# Label



## willyC (May 6, 2010)

Printer and time for delivery from order?


----------



## willyC (May 6, 2010)

Oh, that looks sharp.


----------



## NasalSponge (Jul 22, 2008)

I printed them, got the blank labels from staples.


----------



## dmpower (Nov 7, 2010)

I printed my own as well, but the background takes a LOT of ink and soon the background wasn't the color I wanted. My background was gold/yellow so now I print on that color paper and save on ink, and get the right color every time.
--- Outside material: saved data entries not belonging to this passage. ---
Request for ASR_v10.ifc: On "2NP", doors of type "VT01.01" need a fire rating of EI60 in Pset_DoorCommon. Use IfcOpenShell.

First a look at what the model holds.

```python
import ifcopenshell
import ifcopenshell.util.element

model = ifcopenshell.open("ASR_v10.ifc")
print(model.schema)
storey = next(s for s in model.by_type("IfcBuildingStorey") if s.Name == "2NP")
doors = [e for e in ifcopenshell.util.element.get_decomposition(storey) if e.is_a("IfcDoor")]
seen = {}
for e in doors:
    element_type = ifcopenshell.util.element.get_type(e)
    key = (element_type.Name if element_type != e and element_type else None, ifcopenshell.util.element.get_pset(e, "Pset_DoorCommon", "FireRating"))
    seen[key] = seen.get(key, 0) + 1
for (name, value), count in sorted(seen.items(), key=str):
    print(count, "x", name, "|", value)
```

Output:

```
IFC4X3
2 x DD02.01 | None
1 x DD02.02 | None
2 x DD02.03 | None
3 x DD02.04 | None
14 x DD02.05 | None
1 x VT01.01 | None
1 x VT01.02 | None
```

```python
import ifcopenshell
import ifcopenshell.api.pset
import ifcopenshell.util.element

model = ifcopenshell.open("ASR_v10.ifc")

storey = next(s for s in model.by_type("IfcBuildingStorey") if s.Name == "2NP")
doors = [e for e in ifcopenshell.util.element.get_decomposition(storey) if e.is_a("IfcDoor")]

count = 0
for e in doors:
    element_type = ifcopenshell.util.element.get_type(e)
    if element_type in (None, e) or element_type.Name != "VT01.01":
        continue
    # add_pset returns the element's existing set when there is one.
    pset = ifcopenshell.api.pset.add_pset(model, product=e, name="Pset_DoorCommon")
    ifcopenshell.api.pset.edit_pset(model, pset=pset, properties={"FireRating": "EI60"})
    count += 1

print(count, "doors updated")

model.write("ASR_v10_rev.ifc")
```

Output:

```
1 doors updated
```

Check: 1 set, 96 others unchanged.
I don't think you can do that though since there isn't a white ink - sorry for thinking out loud lol
They look great - very eye catching!


----------



## Steve10 (Nov 19, 2008)

Any problems with the ink smudging or tricks to keep it from smudging? My attempts with an HP inkjet printer weren't the greatest.


----------



## Monkadelic (Feb 5, 2010)

Steve, unfortunately you're going to get smudging with inkjet. We recently bought a laser to keep costs down with hubby's business, and I have since pretty much taken over the laser for honey labels, as they don't smudge. They have gotten affordable, and we haven't had to change the toner yet and we have had it six months.


----------



## Steve10 (Nov 19, 2008)

Thanks, I'll have to look into a color laser printer for my business. I'll have to convince my business partner to let me borrow it for my honey labels. She's also my wife, so it will cost me big time!


----------



## NasalSponge (Jul 22, 2008)

Yep, I used a laser printer which also makes this particular label waterproof (not that it matters).


----------